Task objective =
Copies of all lines that contain "IFCSIUNIT" are needed; take them from the data below.
┌──
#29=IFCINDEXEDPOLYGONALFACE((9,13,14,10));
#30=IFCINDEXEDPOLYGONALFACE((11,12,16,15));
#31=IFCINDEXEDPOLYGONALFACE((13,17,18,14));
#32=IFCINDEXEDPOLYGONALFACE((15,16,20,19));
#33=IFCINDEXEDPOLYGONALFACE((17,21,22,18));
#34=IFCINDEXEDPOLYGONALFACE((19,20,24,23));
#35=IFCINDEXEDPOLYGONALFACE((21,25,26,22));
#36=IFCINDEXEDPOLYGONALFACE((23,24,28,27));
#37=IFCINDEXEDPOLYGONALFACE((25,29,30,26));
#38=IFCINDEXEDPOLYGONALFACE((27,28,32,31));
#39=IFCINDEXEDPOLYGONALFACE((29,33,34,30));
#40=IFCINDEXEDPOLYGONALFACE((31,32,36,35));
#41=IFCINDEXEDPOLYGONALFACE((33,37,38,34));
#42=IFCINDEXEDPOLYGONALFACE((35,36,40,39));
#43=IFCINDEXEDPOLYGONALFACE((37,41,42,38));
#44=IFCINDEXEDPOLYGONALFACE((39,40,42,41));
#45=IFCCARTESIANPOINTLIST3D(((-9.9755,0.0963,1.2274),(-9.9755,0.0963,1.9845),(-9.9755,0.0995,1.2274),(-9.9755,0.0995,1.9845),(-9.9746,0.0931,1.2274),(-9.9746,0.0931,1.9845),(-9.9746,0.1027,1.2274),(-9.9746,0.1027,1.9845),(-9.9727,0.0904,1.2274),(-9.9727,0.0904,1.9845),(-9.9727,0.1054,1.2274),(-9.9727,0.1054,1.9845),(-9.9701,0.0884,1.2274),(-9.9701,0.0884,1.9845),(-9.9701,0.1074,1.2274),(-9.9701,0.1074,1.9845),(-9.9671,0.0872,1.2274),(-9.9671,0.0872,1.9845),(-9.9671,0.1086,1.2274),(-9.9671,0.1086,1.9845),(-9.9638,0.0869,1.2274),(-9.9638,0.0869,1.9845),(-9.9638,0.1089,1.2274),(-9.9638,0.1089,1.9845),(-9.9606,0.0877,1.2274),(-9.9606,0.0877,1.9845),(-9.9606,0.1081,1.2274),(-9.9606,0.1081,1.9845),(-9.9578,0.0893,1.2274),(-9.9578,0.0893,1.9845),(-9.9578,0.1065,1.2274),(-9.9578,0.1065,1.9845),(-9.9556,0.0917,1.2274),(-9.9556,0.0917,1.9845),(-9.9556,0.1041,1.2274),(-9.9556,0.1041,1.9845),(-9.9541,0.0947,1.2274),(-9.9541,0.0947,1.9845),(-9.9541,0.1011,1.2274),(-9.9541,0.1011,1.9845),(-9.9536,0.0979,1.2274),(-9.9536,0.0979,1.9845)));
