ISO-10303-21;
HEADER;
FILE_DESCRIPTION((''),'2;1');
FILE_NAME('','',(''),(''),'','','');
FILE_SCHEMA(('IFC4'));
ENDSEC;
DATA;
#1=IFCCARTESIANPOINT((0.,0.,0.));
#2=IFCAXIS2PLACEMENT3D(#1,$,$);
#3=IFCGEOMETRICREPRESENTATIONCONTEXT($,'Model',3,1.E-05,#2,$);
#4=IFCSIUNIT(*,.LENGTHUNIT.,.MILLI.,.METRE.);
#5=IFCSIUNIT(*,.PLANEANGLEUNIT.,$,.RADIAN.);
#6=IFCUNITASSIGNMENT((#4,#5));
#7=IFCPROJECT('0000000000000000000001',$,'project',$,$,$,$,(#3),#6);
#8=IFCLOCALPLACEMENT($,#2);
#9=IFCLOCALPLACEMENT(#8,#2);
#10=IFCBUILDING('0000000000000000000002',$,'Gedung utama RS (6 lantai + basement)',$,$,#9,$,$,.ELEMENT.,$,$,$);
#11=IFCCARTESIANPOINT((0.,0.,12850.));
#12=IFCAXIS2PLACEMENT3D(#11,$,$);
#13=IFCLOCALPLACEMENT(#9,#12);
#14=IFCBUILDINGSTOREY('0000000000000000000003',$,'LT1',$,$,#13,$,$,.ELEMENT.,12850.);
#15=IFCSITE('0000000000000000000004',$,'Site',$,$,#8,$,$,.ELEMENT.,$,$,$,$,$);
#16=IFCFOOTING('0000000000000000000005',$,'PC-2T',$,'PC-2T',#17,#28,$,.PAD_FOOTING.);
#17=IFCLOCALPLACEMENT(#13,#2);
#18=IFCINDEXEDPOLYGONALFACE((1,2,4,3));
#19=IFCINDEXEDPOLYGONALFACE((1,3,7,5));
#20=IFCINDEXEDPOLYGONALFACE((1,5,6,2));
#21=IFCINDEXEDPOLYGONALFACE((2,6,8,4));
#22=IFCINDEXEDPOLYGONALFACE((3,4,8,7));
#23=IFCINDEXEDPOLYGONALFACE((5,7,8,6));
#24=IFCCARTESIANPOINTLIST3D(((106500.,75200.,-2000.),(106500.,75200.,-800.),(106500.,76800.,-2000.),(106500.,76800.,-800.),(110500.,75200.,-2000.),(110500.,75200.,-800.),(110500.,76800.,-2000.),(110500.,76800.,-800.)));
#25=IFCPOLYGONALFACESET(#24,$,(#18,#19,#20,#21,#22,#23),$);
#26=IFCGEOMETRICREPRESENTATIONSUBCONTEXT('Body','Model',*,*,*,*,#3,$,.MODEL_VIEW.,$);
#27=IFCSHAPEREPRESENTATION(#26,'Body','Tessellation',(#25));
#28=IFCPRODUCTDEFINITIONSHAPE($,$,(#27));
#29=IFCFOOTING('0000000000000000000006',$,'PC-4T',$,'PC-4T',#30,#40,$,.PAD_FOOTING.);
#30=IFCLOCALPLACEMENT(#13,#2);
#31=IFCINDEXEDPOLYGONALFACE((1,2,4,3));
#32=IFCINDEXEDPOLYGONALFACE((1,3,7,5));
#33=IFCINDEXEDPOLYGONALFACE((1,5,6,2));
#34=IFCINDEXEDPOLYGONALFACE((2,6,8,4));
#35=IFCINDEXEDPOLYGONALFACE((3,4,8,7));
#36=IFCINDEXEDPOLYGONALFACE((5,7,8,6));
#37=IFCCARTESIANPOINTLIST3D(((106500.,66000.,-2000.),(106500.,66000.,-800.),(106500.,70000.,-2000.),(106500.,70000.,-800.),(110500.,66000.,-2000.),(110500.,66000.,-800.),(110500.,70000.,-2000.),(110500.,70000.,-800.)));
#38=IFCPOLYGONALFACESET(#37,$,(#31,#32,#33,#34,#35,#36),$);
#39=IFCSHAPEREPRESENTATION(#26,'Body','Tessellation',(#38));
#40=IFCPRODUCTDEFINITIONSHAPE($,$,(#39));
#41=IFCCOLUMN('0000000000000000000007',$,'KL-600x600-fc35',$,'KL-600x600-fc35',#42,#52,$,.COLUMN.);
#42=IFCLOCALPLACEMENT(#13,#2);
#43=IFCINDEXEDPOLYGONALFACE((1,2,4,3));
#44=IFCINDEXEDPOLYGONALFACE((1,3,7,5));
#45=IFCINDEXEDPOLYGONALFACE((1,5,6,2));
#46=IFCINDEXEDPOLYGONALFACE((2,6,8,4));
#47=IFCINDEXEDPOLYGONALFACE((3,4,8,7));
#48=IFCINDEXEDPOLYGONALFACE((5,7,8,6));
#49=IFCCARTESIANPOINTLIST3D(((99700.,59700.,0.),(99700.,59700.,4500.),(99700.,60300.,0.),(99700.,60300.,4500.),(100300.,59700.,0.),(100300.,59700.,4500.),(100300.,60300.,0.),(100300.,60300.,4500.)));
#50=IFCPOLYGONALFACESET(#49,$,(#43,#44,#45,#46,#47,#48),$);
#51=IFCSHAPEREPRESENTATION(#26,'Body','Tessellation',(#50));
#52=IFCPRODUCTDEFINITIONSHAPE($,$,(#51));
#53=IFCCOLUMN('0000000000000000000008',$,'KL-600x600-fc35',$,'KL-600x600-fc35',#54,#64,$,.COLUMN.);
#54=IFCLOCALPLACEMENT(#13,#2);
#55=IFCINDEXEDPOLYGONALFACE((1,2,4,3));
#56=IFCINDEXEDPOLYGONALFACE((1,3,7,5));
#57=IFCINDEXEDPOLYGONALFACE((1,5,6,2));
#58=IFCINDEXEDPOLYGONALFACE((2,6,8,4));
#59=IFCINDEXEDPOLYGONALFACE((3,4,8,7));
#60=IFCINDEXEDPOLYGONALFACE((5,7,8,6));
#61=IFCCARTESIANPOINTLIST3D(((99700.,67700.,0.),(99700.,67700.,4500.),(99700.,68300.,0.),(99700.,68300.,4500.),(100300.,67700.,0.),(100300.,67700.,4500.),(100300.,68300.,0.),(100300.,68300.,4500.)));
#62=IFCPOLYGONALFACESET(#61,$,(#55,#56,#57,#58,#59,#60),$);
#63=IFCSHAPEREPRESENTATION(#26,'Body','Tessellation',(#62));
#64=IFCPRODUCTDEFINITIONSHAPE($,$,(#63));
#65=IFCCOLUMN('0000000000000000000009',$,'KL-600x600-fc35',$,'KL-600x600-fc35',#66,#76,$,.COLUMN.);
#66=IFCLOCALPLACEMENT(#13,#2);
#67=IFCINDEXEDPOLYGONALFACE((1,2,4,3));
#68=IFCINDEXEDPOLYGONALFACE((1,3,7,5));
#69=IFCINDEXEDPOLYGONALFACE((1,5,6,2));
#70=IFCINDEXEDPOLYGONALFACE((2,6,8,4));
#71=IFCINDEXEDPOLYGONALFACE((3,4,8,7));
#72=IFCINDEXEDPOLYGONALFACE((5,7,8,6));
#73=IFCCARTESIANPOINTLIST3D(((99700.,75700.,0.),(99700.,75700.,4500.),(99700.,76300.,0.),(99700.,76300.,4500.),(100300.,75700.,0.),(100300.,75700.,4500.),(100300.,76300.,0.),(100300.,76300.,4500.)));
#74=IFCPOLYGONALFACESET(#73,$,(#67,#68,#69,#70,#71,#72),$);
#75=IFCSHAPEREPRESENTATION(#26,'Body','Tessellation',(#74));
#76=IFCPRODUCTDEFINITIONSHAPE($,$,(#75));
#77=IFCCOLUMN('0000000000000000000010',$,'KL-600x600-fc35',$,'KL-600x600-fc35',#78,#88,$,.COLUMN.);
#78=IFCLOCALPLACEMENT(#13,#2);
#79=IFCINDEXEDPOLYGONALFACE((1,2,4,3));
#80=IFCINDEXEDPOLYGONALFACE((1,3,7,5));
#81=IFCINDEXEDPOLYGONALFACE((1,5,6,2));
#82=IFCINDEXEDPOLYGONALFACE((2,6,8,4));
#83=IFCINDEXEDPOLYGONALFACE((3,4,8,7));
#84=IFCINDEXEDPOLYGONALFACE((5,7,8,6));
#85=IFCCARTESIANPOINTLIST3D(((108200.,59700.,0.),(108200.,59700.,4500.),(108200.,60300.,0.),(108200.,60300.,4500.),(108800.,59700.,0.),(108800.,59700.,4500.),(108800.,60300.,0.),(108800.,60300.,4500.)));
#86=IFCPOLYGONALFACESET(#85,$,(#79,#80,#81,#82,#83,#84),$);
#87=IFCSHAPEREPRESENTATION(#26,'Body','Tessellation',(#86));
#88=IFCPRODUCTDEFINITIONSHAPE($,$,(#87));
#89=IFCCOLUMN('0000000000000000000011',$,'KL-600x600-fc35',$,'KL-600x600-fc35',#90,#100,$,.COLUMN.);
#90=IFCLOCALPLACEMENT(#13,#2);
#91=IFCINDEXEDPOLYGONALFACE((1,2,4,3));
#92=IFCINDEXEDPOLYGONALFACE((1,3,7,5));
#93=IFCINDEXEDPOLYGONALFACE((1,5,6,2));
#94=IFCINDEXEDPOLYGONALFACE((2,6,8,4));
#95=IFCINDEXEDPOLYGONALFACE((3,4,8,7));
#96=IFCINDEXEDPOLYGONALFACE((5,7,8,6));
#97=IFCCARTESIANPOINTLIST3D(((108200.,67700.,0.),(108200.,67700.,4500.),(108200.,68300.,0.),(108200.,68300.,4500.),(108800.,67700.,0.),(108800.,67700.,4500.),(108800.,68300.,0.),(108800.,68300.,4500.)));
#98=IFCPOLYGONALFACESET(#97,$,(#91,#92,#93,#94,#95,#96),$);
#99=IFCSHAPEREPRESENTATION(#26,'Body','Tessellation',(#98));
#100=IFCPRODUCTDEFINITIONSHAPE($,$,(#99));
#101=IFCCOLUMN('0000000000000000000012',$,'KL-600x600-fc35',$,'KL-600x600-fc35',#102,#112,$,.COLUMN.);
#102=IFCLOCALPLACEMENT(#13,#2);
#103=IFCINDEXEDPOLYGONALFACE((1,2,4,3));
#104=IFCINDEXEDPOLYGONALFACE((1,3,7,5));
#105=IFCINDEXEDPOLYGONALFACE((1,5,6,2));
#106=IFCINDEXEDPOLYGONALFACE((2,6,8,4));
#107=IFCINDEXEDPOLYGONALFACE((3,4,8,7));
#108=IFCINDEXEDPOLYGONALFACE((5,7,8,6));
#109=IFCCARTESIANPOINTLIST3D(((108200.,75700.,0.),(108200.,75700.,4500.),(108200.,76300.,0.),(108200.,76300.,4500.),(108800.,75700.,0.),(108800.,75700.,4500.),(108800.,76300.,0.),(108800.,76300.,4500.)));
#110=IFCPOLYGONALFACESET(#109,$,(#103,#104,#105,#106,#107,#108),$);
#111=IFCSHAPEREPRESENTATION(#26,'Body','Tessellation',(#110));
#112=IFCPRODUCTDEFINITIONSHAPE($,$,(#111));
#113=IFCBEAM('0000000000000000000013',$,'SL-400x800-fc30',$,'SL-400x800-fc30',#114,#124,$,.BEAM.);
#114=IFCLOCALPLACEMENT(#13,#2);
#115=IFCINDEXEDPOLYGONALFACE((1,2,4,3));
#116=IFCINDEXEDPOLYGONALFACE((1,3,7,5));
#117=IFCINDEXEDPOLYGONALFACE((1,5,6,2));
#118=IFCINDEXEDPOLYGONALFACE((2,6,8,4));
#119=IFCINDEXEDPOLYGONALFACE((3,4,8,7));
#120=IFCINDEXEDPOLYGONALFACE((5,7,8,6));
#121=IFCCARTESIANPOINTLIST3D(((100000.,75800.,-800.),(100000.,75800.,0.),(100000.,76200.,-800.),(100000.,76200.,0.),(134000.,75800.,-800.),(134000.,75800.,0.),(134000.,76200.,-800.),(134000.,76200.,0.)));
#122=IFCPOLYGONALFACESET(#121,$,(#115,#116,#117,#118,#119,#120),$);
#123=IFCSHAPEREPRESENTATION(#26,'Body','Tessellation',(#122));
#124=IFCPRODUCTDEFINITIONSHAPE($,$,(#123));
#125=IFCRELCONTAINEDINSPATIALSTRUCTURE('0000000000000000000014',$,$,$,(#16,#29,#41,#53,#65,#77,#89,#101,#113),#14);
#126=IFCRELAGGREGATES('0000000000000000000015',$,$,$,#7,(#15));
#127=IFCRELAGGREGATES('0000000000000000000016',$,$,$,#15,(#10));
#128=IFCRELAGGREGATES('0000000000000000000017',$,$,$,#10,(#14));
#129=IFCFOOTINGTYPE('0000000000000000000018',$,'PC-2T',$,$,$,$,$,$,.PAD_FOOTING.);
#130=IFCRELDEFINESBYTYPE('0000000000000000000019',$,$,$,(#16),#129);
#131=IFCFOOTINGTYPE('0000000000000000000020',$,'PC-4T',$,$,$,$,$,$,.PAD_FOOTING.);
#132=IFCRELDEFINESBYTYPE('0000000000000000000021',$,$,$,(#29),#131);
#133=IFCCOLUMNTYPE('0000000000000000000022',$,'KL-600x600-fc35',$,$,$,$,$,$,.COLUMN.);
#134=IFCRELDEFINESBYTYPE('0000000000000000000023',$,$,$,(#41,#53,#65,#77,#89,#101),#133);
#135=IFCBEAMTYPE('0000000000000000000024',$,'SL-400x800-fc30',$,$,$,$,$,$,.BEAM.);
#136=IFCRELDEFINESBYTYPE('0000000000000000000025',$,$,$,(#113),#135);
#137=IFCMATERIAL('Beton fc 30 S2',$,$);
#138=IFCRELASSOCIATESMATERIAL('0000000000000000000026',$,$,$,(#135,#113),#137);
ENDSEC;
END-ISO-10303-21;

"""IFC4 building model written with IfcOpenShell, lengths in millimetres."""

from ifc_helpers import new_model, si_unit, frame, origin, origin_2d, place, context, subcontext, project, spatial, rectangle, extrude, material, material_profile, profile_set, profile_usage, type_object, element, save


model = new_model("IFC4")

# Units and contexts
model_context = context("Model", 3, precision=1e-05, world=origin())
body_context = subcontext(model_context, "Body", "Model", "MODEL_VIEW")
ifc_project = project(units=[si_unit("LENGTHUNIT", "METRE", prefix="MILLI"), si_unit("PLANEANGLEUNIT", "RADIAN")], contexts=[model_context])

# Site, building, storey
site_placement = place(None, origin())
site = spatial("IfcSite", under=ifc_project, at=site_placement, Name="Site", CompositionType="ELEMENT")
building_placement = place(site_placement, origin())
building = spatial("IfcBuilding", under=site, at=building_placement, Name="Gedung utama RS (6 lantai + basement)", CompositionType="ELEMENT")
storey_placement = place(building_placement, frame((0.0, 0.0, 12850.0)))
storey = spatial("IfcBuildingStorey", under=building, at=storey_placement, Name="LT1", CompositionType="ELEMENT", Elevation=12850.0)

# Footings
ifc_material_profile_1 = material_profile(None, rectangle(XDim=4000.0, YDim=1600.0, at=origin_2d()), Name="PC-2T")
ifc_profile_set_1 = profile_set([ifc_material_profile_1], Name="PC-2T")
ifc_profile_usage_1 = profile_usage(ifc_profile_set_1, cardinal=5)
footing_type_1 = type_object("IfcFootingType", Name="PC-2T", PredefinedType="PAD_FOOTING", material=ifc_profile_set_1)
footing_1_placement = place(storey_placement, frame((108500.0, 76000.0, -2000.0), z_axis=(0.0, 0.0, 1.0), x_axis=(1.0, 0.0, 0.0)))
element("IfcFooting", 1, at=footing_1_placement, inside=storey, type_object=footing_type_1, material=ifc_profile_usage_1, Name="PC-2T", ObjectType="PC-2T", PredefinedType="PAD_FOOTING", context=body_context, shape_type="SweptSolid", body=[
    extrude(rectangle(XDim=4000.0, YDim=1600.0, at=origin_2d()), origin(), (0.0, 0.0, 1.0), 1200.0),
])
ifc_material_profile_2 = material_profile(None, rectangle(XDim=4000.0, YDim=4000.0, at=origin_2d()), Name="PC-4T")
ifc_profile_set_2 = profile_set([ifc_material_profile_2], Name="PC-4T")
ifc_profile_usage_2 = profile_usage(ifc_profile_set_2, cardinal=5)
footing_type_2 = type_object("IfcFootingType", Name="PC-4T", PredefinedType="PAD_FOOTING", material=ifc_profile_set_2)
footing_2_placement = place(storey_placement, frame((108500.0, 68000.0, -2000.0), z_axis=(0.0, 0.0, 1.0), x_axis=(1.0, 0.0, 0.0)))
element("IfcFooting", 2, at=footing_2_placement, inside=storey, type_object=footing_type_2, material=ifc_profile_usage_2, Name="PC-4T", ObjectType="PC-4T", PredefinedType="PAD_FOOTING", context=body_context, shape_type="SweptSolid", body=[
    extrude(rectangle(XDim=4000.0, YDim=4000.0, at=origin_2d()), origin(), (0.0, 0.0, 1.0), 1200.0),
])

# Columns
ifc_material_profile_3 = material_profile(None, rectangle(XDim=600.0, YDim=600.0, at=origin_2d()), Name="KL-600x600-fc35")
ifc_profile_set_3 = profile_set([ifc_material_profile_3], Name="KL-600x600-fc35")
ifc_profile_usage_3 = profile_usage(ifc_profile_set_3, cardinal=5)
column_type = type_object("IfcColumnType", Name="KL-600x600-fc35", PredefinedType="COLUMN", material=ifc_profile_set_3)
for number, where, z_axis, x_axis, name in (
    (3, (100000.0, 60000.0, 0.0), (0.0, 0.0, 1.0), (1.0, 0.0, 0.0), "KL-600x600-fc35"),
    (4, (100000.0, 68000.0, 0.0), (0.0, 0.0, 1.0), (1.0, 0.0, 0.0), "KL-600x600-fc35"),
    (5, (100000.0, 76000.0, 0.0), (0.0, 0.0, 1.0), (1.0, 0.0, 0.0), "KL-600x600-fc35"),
└──
Answer space =
#4=IFCSIUNIT(*,.LENGTHUNIT.,.MILLI.,.METRE.);
#5=IFCSIUNIT(*,.PLANEANGLEUNIT.,$,.RADIAN.);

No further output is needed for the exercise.